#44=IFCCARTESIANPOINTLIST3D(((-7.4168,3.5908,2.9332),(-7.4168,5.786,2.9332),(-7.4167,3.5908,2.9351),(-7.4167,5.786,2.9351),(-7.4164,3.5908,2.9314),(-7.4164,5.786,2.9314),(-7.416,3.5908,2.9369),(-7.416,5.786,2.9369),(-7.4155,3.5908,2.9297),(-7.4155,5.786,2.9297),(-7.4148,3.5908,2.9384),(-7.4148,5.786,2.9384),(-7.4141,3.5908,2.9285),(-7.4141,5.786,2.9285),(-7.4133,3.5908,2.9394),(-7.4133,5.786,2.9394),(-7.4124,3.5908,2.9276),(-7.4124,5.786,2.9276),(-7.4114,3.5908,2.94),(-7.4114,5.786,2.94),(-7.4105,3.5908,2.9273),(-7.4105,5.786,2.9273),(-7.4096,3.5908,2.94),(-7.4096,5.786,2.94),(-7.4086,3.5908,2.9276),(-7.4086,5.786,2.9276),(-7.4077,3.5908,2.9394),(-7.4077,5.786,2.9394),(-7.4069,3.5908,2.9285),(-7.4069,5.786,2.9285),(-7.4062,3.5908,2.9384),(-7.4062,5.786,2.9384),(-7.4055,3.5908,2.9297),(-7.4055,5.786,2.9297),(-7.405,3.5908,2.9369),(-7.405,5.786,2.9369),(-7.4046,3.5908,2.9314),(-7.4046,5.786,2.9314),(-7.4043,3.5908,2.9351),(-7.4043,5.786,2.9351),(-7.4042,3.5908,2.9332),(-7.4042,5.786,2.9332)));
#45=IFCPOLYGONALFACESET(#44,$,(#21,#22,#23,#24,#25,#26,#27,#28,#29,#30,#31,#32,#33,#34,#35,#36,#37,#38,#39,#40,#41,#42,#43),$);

------------------------------------

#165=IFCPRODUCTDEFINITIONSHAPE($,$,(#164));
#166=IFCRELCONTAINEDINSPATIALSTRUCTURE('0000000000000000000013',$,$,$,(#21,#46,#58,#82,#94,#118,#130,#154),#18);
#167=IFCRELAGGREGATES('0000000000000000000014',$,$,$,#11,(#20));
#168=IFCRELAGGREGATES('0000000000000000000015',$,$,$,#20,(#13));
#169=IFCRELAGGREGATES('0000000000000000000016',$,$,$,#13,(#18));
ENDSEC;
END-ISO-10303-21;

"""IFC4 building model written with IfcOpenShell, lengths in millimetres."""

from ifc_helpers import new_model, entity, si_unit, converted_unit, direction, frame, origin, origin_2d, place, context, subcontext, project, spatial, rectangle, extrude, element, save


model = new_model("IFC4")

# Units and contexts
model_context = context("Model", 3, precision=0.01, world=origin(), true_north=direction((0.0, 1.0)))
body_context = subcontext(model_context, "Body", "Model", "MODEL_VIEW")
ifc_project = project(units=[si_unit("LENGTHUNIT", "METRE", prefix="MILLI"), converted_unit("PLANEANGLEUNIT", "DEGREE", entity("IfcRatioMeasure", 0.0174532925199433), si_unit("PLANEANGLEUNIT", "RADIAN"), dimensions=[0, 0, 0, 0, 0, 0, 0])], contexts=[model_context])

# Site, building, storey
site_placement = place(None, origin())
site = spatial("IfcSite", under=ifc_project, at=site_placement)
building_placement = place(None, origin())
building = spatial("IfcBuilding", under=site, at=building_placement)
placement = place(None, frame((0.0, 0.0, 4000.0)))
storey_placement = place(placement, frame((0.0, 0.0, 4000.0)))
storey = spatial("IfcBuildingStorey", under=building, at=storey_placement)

------------------------------------

What is expected
Search the material above for the word "subcontext", then copy out each line that has it.

Result
from ifc_helpers import new_model, entity, si_unit, converted_unit, direction, frame, origin, origin_2d, place, context, subcontext, project, spatial, rectangle, extrude, element, save
body_context = subcontext(model_context, "Body", "Model", "MODEL_VIEW")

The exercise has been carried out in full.